Copy exactly the lines of the data below that run from the line holding "#193=IFCSHAPEREPRESENTATION(#192,'Body','Tessellation',(#191));" through the line holding "building model written", both ends included.

# Information provided
Segment Open

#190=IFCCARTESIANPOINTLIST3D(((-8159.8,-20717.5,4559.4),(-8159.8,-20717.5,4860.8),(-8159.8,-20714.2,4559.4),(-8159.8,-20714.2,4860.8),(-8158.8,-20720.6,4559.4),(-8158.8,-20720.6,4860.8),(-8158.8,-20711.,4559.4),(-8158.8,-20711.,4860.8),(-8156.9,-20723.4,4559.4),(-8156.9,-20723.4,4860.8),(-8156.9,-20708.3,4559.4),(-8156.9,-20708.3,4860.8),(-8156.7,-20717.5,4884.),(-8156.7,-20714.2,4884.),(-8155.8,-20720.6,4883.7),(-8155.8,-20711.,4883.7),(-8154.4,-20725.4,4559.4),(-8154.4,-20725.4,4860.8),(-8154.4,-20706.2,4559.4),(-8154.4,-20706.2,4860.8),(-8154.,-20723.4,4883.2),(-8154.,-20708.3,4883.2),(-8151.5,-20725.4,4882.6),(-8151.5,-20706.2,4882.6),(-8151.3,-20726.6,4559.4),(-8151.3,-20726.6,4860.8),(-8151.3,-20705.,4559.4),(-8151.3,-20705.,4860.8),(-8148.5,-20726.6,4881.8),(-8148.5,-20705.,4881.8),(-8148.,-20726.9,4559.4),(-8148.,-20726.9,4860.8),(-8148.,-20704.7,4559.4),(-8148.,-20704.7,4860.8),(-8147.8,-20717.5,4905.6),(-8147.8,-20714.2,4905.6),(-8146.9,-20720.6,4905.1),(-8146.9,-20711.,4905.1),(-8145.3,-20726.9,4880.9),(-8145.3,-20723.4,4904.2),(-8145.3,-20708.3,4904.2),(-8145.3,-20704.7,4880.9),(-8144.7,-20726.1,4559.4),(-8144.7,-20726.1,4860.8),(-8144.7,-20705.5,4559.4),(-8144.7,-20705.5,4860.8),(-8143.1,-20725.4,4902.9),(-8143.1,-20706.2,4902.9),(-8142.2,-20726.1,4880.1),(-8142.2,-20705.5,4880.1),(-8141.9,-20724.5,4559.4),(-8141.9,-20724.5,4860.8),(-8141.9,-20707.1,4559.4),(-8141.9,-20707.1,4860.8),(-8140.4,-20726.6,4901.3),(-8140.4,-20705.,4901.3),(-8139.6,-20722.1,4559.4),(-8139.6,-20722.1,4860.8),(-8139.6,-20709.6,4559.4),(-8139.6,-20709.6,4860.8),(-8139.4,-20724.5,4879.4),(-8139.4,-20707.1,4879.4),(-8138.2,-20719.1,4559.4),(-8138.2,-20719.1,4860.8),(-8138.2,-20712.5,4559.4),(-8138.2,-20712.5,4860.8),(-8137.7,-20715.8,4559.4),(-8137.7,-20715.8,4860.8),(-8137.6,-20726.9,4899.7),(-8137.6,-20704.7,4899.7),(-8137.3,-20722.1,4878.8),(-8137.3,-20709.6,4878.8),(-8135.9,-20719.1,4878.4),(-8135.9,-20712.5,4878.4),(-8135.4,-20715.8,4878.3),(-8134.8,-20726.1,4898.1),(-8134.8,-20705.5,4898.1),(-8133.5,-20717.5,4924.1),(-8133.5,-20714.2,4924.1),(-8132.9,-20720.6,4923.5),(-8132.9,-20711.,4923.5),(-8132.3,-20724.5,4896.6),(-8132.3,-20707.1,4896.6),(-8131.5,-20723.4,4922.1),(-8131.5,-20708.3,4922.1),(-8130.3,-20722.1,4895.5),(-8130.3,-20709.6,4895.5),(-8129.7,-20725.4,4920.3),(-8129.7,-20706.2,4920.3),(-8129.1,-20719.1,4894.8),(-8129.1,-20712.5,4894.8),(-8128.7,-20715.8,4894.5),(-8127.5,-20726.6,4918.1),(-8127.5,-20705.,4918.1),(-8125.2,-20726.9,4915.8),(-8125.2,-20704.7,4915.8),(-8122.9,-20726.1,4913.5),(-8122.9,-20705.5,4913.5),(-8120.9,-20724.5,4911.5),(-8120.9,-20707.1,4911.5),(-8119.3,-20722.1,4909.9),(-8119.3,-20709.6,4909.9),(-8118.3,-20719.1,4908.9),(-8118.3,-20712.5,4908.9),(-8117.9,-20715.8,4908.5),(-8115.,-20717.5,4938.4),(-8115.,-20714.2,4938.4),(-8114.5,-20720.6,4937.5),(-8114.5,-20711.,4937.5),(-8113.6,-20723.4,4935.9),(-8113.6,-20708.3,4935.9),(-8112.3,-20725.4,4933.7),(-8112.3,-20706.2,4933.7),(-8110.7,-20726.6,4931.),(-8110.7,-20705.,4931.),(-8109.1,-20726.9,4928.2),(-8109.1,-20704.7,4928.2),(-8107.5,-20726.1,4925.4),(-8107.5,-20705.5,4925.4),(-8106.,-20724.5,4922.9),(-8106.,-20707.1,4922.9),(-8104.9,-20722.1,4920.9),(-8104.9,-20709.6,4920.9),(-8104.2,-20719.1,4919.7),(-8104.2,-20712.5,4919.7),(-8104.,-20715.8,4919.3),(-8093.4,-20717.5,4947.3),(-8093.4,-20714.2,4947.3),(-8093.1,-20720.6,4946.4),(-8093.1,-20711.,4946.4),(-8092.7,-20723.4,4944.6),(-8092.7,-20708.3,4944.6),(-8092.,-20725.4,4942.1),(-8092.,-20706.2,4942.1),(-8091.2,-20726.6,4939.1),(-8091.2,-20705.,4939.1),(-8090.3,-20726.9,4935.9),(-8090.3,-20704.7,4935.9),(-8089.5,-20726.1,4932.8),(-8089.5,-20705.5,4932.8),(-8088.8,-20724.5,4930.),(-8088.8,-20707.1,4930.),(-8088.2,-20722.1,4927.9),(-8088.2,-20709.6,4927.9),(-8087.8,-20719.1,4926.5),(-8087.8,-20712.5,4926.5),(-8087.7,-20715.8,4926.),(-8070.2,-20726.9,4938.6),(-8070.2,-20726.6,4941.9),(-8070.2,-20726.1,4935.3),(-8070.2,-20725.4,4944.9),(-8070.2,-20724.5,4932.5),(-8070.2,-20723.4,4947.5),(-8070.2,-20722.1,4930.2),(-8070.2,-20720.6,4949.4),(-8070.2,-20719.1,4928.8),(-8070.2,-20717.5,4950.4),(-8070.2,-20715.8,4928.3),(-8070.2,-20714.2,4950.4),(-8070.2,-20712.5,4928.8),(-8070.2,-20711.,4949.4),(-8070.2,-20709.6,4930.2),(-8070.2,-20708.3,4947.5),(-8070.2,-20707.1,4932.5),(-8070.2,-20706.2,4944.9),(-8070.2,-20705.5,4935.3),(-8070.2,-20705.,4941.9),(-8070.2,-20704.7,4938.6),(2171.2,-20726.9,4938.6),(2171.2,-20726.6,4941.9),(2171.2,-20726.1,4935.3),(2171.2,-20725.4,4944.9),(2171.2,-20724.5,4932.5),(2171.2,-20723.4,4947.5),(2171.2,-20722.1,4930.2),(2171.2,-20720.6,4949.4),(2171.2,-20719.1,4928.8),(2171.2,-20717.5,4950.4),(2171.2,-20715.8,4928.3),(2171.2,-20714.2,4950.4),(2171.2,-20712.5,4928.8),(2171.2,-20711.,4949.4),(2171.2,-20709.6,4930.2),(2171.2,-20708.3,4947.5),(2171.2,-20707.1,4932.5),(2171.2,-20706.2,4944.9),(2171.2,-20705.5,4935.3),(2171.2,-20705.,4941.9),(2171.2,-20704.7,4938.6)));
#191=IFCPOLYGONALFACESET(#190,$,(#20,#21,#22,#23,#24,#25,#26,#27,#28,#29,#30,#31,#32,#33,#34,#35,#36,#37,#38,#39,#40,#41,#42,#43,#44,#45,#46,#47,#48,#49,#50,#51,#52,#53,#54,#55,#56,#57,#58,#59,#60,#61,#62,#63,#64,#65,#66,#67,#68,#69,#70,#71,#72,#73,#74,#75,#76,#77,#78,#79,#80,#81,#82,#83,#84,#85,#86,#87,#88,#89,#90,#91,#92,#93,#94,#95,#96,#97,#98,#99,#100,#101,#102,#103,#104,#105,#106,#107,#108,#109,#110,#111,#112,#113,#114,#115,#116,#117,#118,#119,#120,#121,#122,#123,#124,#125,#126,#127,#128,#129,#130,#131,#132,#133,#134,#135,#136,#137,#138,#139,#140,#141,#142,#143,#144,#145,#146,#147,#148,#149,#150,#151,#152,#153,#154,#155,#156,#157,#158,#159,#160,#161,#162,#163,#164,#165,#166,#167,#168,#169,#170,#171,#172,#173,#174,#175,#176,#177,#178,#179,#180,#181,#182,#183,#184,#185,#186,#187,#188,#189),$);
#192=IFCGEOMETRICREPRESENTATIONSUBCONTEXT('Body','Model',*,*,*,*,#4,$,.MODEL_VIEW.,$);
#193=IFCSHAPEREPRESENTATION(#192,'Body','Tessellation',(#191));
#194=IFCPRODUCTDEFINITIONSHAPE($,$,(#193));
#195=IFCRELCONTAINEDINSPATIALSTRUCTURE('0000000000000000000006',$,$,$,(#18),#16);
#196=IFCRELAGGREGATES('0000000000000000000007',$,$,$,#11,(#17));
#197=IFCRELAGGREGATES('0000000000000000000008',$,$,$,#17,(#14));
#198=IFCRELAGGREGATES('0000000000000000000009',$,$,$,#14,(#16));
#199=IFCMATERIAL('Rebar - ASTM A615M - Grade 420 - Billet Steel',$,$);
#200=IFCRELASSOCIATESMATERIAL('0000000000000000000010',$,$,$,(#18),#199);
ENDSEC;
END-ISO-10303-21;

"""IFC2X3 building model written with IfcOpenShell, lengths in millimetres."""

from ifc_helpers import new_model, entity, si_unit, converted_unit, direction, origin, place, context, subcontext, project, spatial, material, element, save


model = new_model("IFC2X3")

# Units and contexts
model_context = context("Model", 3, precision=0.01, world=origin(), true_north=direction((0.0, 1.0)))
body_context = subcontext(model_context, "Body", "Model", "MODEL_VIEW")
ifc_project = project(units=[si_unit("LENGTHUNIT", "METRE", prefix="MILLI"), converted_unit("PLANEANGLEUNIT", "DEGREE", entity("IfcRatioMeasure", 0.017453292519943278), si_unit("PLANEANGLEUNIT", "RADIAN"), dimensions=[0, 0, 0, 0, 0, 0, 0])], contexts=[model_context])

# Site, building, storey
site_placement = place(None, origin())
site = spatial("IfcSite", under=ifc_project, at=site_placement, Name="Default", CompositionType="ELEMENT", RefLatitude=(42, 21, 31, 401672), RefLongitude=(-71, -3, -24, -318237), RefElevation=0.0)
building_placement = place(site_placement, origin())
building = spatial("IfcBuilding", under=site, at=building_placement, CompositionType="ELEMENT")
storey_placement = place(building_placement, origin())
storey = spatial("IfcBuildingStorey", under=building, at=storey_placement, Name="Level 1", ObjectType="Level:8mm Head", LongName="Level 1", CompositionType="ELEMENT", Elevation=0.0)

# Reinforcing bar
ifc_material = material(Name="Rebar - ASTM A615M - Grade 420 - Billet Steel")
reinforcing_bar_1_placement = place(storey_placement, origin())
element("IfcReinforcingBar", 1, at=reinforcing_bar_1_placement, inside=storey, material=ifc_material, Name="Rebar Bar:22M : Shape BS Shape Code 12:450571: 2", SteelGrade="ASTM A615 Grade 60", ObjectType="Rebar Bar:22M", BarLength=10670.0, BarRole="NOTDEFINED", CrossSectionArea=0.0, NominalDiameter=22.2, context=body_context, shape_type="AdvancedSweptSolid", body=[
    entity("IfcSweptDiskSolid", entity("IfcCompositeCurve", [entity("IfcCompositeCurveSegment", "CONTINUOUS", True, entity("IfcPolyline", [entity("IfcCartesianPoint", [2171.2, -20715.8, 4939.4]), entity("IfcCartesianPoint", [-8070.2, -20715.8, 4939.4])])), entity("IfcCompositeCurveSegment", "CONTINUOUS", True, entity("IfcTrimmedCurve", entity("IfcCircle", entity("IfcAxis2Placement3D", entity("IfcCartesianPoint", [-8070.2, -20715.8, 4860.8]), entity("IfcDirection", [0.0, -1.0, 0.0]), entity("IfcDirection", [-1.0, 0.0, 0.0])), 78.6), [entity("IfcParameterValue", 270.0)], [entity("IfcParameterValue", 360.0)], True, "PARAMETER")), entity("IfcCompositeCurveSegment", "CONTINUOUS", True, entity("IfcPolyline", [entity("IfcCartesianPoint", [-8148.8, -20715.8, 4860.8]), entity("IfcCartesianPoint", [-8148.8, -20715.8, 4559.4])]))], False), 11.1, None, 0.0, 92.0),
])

Segment Closed

# Reply to the task
#193=IFCSHAPEREPRESENTATION(#192,'Body','Tessellation',(#191));
#194=IFCPRODUCTDEFINITIONSHAPE($,$,(#193));
#195=IFCRELCONTAINEDINSPATIALSTRUCTURE('0000000000000000000006',$,$,$,(#18),#16);
#196=IFCRELAGGREGATES('0000000000000000000007',$,$,$,#11,(#17));
#197=IFCRELAGGREGATES('0000000000000000000008',$,$,$,#17,(#14));
#198=IFCRELAGGREGATES('0000000000000000000009',$,$,$,#14,(#16));
#199=IFCMATERIAL('Rebar - ASTM A615M - Grade 420 - Billet Steel',$,$);
#200=IFCRELASSOCIATESMATERIAL('0000000000000000000010',$,$,$,(#18),#199);
ENDSEC;
END-ISO-10303-21;

"""IFC2X3 building model written with IfcOpenShell, lengths in millimetres."""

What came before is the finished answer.